[[ DATA FOR THIS TASK, beginning ]]

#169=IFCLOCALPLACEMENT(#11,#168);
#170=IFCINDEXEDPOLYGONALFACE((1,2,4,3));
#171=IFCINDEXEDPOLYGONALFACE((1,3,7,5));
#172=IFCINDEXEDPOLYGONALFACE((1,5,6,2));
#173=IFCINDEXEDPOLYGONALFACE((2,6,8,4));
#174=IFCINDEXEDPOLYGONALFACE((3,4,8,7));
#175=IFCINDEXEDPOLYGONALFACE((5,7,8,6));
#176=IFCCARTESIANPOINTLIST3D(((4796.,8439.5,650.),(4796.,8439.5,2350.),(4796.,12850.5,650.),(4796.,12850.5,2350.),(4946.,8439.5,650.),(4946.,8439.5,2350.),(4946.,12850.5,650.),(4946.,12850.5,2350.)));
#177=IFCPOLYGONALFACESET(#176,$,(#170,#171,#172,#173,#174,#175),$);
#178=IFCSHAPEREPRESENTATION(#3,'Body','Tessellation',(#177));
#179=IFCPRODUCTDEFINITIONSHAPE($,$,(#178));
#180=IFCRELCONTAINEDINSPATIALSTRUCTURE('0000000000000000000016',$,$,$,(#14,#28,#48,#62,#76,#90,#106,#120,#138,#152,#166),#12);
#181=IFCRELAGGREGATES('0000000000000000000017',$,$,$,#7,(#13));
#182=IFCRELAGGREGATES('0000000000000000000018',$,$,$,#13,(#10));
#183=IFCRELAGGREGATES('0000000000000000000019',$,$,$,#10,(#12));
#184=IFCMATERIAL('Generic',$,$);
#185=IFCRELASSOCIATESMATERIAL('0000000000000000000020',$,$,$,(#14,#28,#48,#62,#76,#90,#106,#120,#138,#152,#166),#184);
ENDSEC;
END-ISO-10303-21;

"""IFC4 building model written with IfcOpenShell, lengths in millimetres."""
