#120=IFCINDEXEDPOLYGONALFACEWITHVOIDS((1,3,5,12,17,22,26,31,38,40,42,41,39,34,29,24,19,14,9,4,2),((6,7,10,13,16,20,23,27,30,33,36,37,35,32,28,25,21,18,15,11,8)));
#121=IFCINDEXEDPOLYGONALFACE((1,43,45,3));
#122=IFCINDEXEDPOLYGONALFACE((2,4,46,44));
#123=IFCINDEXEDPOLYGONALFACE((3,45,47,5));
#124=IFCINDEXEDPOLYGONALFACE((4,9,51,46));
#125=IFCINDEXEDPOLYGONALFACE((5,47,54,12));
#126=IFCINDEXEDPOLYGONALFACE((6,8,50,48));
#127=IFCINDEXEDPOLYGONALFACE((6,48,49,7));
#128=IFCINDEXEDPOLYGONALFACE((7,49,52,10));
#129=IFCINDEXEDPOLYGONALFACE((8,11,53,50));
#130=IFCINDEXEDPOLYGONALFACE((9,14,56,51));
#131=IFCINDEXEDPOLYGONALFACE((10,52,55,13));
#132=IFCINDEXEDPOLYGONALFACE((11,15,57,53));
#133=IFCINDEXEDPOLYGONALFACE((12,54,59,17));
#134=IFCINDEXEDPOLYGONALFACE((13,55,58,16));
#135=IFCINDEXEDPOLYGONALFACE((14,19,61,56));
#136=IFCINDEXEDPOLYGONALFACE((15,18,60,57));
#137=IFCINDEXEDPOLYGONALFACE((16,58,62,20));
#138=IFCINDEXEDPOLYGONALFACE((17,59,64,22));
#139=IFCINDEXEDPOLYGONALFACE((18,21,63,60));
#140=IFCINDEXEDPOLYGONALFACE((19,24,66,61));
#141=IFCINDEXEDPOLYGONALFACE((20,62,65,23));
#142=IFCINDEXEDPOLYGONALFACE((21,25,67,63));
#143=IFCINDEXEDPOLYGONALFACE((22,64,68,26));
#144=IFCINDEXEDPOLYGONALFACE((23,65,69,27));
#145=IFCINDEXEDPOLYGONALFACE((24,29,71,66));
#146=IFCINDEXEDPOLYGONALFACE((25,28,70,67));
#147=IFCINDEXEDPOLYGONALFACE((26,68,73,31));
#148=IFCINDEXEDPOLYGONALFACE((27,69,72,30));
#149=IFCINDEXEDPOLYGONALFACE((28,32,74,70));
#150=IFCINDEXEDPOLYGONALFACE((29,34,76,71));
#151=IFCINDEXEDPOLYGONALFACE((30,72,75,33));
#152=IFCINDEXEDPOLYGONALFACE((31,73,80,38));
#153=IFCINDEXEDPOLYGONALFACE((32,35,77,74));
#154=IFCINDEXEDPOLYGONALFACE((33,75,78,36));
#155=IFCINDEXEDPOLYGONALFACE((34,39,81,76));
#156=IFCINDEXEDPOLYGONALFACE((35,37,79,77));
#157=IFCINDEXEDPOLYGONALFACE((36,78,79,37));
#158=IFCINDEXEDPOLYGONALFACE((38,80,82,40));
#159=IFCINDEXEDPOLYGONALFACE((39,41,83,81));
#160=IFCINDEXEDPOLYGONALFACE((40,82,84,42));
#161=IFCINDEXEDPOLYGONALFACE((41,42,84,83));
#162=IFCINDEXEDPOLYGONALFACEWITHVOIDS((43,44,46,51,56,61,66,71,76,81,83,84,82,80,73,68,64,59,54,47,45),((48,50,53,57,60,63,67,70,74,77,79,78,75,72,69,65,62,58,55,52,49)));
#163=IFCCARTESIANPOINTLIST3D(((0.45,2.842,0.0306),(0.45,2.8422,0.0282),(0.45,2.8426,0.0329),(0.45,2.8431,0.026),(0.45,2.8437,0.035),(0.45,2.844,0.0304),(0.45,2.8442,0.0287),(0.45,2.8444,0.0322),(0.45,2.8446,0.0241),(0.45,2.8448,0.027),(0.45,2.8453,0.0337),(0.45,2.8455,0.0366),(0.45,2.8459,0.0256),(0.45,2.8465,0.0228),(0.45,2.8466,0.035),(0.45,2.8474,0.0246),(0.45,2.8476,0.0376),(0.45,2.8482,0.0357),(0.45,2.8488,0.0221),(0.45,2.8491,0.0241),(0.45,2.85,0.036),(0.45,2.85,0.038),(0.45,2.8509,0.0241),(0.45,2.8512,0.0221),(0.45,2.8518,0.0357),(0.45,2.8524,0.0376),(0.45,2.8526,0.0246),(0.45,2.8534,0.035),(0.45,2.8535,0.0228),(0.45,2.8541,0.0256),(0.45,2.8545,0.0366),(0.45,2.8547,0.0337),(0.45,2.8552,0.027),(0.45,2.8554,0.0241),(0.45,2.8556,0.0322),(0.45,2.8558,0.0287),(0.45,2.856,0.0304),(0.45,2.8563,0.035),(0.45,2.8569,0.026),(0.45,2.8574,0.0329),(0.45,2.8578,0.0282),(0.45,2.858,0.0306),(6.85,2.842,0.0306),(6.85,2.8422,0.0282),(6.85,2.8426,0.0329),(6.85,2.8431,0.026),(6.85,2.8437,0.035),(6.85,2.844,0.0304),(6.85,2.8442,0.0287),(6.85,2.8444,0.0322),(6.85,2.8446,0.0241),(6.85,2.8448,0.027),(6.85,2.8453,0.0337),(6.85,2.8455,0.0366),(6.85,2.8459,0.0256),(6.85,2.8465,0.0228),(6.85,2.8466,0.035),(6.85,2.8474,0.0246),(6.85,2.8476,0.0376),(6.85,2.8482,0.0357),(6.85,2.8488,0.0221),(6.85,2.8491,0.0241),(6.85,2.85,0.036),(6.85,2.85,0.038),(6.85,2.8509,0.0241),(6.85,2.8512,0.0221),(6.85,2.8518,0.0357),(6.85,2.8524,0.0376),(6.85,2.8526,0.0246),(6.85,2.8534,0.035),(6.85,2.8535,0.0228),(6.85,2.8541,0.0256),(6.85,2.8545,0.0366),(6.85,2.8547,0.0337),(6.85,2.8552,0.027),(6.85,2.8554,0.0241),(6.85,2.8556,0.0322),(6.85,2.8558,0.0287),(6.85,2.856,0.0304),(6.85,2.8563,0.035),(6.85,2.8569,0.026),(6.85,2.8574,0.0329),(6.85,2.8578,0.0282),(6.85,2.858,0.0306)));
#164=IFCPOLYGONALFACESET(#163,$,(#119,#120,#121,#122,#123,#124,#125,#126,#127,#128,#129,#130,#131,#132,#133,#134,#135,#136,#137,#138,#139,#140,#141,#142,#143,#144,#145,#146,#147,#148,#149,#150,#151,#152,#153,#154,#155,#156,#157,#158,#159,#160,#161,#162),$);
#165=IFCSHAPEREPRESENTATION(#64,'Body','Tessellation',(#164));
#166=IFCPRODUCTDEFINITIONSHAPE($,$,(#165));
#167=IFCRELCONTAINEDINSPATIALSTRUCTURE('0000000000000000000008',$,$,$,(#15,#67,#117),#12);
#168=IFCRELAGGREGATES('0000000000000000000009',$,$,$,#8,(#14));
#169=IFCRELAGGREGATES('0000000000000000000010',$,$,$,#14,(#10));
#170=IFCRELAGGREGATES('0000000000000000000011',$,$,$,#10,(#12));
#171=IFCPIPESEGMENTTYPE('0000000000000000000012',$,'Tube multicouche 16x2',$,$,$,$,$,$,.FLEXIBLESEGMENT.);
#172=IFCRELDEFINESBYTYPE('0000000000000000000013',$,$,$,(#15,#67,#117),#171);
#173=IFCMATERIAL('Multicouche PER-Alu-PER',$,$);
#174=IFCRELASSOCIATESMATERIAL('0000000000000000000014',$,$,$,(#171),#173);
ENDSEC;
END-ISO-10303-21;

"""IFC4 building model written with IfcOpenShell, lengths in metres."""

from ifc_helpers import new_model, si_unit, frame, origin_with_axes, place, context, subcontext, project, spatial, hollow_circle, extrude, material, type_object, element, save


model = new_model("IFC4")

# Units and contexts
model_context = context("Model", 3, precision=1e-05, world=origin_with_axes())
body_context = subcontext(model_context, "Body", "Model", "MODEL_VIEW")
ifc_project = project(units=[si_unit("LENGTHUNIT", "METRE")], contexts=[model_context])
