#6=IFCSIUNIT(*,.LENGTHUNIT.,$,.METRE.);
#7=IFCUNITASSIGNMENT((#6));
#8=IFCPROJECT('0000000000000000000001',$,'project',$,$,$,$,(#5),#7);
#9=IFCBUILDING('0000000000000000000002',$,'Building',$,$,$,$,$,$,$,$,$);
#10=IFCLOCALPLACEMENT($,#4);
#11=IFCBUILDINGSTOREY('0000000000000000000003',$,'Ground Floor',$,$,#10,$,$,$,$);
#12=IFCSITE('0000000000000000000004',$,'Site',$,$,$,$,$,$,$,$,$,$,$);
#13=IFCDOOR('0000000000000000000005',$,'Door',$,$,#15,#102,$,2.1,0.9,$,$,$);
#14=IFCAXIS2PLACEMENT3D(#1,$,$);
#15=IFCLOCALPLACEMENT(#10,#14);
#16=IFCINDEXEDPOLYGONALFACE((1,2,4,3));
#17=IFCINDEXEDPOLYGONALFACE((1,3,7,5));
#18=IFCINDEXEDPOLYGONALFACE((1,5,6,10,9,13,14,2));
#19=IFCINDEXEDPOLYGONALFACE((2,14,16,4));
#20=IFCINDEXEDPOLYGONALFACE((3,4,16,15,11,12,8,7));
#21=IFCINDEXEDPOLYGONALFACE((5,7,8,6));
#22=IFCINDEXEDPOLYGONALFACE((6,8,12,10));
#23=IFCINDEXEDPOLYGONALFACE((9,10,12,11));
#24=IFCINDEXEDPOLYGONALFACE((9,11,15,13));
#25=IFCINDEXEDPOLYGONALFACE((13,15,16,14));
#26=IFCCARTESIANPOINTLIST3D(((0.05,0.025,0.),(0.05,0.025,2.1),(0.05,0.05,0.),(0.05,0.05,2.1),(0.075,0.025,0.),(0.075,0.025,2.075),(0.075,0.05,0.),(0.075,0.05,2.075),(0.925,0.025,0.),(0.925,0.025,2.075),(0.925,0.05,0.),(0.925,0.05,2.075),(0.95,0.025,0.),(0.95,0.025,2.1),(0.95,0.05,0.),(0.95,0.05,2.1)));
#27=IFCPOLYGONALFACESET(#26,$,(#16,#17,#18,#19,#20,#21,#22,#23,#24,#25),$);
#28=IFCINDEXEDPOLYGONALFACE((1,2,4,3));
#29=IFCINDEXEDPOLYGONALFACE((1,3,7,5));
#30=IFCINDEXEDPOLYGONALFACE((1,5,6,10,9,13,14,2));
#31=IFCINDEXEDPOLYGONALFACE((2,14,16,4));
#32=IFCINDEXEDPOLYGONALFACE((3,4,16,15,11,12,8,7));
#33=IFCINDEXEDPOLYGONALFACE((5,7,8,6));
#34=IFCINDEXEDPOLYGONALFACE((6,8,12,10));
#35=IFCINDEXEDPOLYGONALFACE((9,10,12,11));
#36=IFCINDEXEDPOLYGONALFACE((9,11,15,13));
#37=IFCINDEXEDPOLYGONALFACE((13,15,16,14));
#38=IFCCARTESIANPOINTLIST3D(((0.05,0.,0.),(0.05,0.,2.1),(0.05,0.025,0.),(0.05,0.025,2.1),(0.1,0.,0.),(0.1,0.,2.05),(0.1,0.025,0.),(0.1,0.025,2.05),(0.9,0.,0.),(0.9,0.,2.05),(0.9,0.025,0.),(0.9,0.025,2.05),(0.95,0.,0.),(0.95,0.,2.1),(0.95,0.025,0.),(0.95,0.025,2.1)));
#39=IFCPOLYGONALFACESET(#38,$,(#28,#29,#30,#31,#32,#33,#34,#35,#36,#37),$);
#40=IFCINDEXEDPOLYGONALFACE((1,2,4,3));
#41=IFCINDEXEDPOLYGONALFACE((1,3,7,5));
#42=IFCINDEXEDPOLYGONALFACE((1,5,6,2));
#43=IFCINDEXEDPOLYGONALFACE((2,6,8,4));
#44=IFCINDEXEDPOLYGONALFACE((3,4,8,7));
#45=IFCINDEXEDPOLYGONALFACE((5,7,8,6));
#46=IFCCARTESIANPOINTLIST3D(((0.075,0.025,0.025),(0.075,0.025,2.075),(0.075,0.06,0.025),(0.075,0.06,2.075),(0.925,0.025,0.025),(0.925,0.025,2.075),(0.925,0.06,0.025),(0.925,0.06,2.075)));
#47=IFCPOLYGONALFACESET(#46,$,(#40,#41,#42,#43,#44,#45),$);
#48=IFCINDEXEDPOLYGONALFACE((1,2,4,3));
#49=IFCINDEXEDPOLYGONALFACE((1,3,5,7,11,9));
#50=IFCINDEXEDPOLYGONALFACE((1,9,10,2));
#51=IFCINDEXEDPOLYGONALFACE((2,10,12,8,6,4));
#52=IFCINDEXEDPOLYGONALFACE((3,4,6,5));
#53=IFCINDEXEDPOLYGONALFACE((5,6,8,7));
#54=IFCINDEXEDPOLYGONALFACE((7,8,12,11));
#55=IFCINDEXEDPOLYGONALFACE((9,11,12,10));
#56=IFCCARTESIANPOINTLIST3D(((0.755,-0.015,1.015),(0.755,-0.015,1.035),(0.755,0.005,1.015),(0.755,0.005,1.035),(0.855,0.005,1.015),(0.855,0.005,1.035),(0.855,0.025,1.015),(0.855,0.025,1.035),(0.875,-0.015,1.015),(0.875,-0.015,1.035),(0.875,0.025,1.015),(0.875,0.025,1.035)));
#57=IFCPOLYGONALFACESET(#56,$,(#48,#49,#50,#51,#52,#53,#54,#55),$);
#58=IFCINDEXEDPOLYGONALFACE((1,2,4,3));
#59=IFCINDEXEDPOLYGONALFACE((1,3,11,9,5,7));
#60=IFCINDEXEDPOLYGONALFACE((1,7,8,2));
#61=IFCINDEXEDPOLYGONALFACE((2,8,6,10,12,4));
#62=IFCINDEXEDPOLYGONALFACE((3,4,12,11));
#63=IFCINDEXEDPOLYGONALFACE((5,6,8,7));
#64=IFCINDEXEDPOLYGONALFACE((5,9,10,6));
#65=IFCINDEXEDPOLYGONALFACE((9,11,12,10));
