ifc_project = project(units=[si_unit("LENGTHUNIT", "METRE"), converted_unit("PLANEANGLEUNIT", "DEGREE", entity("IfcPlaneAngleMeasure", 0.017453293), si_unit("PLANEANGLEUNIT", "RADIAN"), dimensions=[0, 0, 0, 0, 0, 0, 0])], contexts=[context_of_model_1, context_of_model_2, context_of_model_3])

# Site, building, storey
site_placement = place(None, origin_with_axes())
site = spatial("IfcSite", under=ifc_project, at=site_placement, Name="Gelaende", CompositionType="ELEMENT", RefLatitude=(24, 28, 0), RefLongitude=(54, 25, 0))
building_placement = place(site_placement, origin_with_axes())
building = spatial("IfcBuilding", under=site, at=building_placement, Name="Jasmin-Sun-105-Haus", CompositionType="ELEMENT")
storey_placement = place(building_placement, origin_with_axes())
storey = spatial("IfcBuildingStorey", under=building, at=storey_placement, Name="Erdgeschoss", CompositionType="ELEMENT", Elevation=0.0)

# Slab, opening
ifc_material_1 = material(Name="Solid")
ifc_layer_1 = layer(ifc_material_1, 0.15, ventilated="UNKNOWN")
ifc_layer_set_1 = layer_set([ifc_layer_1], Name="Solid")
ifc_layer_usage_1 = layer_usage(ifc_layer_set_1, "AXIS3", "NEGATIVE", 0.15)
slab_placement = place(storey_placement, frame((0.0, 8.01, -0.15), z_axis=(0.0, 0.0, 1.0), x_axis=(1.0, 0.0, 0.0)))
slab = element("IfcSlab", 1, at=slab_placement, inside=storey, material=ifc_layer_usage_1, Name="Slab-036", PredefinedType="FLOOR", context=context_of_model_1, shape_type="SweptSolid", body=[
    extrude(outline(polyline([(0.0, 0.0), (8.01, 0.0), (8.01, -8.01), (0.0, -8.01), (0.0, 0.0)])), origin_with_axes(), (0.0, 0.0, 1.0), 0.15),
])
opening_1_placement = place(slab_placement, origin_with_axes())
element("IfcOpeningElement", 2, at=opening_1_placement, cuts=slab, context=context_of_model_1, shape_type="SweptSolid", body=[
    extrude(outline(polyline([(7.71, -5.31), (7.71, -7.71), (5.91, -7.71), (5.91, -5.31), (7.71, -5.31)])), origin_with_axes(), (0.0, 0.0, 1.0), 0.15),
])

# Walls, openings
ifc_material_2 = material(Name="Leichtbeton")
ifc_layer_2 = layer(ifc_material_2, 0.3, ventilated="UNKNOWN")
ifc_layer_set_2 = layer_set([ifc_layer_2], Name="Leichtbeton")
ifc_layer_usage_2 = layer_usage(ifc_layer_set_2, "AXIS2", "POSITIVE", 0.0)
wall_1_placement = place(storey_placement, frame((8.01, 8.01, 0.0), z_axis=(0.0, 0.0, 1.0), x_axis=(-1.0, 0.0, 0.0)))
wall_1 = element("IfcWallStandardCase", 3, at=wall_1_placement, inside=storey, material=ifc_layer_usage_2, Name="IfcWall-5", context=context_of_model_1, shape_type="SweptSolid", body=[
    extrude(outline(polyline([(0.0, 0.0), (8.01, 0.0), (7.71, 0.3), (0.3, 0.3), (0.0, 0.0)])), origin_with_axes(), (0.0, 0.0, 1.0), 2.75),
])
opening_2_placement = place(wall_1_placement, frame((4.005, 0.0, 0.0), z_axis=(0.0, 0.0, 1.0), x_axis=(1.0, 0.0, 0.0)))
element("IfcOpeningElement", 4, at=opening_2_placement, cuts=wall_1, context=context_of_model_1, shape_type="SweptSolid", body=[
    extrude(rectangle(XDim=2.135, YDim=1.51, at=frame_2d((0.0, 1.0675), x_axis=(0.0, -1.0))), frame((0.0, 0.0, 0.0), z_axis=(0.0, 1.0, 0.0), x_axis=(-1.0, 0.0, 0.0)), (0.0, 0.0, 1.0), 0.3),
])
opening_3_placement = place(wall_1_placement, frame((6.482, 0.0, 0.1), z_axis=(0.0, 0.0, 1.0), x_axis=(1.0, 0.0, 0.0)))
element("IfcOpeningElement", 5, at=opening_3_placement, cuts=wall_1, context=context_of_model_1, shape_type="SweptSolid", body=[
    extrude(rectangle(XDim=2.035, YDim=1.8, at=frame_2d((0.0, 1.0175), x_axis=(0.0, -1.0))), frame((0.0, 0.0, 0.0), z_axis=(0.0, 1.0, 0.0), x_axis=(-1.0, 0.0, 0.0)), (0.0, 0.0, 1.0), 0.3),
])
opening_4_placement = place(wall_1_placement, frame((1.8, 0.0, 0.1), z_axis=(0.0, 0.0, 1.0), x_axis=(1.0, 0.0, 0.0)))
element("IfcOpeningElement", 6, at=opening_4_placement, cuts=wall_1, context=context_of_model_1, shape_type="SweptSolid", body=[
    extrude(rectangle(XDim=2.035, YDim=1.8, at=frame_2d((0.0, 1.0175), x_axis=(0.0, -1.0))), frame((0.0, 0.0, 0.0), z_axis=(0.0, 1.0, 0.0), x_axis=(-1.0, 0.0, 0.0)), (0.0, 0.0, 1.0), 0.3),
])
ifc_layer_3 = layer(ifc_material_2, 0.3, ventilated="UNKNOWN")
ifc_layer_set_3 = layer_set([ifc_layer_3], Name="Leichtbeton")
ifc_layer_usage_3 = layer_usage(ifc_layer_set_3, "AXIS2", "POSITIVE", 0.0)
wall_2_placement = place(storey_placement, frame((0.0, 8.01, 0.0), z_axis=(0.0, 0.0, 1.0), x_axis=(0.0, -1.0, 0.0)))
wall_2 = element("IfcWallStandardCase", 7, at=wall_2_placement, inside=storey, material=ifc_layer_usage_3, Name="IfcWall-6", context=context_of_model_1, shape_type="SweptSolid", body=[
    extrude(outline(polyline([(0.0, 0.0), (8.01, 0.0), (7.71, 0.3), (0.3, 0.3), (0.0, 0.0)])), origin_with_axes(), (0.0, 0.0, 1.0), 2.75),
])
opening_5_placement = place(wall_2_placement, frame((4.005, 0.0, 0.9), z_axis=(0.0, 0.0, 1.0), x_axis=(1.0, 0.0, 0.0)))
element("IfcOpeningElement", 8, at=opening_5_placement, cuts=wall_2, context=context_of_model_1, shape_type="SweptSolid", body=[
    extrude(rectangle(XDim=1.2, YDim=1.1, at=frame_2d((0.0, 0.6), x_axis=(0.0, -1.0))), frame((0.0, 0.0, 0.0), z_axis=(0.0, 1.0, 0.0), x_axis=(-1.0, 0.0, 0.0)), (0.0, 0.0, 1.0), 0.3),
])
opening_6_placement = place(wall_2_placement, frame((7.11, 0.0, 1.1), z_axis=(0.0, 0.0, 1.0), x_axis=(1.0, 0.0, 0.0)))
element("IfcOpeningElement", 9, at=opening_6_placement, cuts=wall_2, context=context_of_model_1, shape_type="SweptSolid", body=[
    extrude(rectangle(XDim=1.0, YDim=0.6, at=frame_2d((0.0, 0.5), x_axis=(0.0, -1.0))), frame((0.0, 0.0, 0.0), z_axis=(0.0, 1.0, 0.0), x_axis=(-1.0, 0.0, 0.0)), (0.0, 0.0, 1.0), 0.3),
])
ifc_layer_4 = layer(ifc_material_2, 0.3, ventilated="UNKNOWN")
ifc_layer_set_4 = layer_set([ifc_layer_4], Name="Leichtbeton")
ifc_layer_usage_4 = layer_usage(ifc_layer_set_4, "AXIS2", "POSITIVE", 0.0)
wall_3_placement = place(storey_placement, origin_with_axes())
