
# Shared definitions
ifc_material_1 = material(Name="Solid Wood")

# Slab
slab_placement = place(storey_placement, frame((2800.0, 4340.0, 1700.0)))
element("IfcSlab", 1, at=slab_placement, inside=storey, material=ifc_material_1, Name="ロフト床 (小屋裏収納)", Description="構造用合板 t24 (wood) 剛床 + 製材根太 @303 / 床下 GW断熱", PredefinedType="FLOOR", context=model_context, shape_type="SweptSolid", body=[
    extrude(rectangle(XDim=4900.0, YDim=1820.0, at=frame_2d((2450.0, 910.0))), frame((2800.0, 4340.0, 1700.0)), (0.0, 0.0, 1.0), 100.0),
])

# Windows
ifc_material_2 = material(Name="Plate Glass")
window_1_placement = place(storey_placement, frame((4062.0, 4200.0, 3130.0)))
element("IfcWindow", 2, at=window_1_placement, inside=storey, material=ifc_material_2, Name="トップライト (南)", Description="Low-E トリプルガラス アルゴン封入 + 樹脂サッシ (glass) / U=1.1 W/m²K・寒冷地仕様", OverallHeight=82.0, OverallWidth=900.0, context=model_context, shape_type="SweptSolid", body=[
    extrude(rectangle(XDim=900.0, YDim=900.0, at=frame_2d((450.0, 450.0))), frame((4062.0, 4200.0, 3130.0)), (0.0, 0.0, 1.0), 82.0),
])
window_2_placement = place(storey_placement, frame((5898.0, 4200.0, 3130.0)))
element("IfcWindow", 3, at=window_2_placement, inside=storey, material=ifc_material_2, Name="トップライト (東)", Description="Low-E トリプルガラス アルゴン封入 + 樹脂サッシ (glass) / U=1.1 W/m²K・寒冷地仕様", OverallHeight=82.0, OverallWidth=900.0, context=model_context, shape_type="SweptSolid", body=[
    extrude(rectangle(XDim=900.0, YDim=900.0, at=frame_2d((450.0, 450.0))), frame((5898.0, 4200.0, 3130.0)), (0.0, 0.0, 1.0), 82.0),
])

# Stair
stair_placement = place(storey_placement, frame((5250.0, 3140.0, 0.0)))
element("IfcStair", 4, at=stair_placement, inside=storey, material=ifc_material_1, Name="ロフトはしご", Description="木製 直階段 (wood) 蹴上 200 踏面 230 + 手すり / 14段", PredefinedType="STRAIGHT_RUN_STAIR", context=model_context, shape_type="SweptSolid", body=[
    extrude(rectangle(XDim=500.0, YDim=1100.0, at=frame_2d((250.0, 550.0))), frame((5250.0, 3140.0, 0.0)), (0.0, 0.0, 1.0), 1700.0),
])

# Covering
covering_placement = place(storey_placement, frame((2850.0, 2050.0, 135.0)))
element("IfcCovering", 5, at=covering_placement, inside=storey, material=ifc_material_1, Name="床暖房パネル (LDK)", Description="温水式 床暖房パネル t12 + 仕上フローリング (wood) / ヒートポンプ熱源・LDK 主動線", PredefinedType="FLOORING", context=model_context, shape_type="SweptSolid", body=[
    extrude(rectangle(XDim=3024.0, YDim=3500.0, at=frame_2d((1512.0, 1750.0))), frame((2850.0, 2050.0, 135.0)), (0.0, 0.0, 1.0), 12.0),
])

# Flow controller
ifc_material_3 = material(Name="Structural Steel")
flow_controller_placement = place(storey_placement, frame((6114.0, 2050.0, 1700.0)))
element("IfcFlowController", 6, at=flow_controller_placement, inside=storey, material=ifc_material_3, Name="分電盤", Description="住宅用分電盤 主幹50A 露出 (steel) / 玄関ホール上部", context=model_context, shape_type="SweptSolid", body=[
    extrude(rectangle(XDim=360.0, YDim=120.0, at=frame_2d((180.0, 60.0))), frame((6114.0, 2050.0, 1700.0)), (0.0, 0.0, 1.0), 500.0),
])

[[ DATA FOR THIS TASK, end ]]

[WORK ORDER]:
All lines above containing the string "IFCRELAGGREGATES" are to be collected.

[YOUR SOLUTION]:
#181=IFCRELAGGREGATES('0000000000000000000017',$,$,$,#7,(#13));
#182=IFCRELAGGREGATES('0000000000000000000018',$,$,$,#13,(#10));
#183=IFCRELAGGREGATES('0000000000000000000019',$,$,$,#10,(#12));
#168=IFCRELAGGREGATES('0000000000000000000009',$,$,$,#8,(#14));
#169=IFCRELAGGREGATES('0000000000000000000010',$,$,$,#14,(#10));
#170=IFCRELAGGREGATES('0000000000000000000011',$,$,$,#10,(#12));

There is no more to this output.